AIM OF THE TASK: Report, from the records below, every line where the word "SweptSolid" appears.

(RECORDS FOR THIS TASK Opens)

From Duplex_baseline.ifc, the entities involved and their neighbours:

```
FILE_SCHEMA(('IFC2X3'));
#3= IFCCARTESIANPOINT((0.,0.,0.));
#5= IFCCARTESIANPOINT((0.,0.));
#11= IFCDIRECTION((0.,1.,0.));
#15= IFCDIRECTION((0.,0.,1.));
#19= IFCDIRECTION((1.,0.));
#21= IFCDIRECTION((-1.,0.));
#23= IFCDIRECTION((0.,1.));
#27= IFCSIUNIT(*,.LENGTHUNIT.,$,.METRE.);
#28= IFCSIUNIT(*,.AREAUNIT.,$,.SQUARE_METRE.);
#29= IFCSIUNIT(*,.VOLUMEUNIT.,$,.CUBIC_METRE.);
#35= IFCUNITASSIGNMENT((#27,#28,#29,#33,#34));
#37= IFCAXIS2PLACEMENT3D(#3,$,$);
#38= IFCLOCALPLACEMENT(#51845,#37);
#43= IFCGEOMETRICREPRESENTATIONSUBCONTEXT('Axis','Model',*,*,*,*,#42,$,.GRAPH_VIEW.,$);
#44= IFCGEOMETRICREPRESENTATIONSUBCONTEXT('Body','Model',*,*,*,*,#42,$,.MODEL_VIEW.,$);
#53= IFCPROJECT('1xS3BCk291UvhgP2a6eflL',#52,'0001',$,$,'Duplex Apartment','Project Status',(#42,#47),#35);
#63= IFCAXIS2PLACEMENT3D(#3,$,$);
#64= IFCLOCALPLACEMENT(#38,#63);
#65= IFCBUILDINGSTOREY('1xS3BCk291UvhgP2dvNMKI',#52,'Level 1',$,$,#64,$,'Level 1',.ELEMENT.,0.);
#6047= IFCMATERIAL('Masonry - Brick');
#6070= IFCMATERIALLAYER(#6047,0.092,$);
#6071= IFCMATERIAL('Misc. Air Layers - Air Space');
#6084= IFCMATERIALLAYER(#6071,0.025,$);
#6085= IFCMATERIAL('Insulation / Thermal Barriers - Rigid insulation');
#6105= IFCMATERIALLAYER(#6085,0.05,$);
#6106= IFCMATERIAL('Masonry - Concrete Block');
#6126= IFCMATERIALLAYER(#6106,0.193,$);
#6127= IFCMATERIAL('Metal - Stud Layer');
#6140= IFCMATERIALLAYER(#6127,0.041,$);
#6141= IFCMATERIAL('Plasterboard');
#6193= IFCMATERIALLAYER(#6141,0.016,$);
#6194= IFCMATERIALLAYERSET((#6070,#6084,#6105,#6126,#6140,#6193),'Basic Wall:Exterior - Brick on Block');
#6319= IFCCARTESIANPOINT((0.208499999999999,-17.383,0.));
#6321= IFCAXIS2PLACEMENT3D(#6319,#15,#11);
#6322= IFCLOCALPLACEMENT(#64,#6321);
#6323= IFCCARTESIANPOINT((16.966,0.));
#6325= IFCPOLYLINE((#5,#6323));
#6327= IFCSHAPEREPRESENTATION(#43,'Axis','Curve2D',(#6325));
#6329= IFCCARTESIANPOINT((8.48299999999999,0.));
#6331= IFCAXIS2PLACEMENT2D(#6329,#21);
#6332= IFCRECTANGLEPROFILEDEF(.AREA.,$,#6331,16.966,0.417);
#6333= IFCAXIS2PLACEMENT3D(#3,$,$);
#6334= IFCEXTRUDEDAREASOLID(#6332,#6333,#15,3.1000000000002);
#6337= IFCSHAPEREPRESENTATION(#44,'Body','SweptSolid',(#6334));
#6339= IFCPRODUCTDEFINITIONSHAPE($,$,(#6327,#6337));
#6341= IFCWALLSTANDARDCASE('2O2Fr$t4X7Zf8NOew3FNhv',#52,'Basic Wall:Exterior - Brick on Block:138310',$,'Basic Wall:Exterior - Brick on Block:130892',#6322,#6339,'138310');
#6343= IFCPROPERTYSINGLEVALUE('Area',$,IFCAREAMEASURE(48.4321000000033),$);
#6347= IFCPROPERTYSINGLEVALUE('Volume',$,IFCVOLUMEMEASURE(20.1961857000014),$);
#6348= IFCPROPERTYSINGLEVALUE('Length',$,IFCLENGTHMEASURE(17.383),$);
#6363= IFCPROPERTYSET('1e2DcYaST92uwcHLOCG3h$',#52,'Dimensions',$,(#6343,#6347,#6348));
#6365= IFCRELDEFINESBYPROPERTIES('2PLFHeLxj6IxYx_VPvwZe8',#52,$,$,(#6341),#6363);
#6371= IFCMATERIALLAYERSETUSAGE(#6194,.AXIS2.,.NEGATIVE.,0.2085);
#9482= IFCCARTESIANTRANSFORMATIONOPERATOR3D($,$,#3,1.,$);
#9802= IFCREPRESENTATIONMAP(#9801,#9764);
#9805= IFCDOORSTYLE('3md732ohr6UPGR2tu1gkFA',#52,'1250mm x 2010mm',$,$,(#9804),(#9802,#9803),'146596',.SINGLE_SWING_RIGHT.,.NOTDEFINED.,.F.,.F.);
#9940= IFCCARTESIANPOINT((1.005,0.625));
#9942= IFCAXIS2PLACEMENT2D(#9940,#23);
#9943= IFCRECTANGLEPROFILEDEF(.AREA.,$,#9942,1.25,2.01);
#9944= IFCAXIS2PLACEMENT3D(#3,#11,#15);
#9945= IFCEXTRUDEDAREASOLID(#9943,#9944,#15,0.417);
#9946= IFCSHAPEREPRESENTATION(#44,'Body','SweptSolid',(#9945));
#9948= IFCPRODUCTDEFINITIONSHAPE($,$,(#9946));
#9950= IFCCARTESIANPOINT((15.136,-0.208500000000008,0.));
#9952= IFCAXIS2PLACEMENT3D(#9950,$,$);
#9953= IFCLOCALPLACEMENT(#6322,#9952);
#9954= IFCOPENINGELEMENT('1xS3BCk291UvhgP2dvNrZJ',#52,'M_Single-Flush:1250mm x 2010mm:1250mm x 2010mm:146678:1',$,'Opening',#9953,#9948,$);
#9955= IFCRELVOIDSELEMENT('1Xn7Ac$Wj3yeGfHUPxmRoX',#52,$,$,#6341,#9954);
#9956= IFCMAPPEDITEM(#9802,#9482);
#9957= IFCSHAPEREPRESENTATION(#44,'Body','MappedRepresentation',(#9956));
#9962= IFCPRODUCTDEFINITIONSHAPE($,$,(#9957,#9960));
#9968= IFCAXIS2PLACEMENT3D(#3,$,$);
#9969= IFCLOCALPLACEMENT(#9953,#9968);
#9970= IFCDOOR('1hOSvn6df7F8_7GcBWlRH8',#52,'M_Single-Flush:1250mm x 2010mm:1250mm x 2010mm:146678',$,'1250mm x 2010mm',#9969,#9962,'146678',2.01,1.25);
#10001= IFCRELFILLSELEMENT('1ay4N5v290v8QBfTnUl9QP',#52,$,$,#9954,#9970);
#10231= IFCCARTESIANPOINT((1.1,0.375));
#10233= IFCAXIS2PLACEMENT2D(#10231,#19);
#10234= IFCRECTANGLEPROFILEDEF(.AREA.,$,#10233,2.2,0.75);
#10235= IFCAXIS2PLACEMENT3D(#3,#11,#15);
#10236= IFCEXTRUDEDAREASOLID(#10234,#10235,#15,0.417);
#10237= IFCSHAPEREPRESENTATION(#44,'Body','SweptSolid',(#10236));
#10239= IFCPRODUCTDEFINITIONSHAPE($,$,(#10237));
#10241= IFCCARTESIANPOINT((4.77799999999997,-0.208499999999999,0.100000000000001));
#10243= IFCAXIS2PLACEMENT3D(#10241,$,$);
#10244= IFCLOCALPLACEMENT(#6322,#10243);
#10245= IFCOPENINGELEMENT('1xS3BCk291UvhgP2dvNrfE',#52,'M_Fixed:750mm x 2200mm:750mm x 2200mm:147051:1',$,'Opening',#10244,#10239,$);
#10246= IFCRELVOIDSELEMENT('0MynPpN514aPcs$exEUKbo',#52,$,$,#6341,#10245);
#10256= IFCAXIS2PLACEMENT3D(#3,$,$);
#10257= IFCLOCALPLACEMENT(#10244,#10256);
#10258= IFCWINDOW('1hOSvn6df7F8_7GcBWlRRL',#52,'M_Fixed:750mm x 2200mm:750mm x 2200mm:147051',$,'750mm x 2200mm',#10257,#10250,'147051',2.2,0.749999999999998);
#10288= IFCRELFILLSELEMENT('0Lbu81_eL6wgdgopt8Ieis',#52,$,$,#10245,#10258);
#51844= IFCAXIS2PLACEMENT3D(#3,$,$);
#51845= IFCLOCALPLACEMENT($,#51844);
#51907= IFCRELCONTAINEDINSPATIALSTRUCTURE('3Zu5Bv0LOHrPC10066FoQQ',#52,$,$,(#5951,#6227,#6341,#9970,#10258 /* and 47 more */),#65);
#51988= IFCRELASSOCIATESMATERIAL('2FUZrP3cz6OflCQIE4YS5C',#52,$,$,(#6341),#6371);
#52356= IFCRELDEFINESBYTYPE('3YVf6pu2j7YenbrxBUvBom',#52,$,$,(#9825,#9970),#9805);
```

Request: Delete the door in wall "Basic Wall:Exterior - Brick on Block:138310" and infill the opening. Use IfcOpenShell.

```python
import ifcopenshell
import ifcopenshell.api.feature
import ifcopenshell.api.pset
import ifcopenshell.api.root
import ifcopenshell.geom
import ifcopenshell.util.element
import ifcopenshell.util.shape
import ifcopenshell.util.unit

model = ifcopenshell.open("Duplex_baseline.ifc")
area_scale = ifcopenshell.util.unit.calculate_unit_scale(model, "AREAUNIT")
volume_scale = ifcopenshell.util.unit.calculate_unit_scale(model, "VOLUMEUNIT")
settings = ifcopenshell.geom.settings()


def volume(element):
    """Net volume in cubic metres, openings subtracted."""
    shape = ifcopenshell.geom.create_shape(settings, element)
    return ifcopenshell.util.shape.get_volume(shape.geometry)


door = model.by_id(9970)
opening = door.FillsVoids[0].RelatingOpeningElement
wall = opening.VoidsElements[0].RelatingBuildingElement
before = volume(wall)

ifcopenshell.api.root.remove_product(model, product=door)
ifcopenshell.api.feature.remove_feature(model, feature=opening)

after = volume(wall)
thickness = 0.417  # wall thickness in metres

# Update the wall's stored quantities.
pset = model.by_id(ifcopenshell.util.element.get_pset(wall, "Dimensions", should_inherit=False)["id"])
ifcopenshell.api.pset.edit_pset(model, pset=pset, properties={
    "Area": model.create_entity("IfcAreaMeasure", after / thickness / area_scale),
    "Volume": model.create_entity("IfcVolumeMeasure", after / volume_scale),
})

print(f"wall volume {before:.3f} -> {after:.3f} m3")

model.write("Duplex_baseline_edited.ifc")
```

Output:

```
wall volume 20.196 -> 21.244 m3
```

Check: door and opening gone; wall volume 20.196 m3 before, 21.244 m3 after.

(RECORDS FOR THIS TASK Closes)

ANSWER TO THE EXERCISE:
#6337= IFCSHAPEREPRESENTATION(#44,'Body','SweptSolid',(#6334));
#9946= IFCSHAPEREPRESENTATION(#44,'Body','SweptSolid',(#9945));
#10237= IFCSHAPEREPRESENTATION(#44,'Body','SweptSolid',(#10236));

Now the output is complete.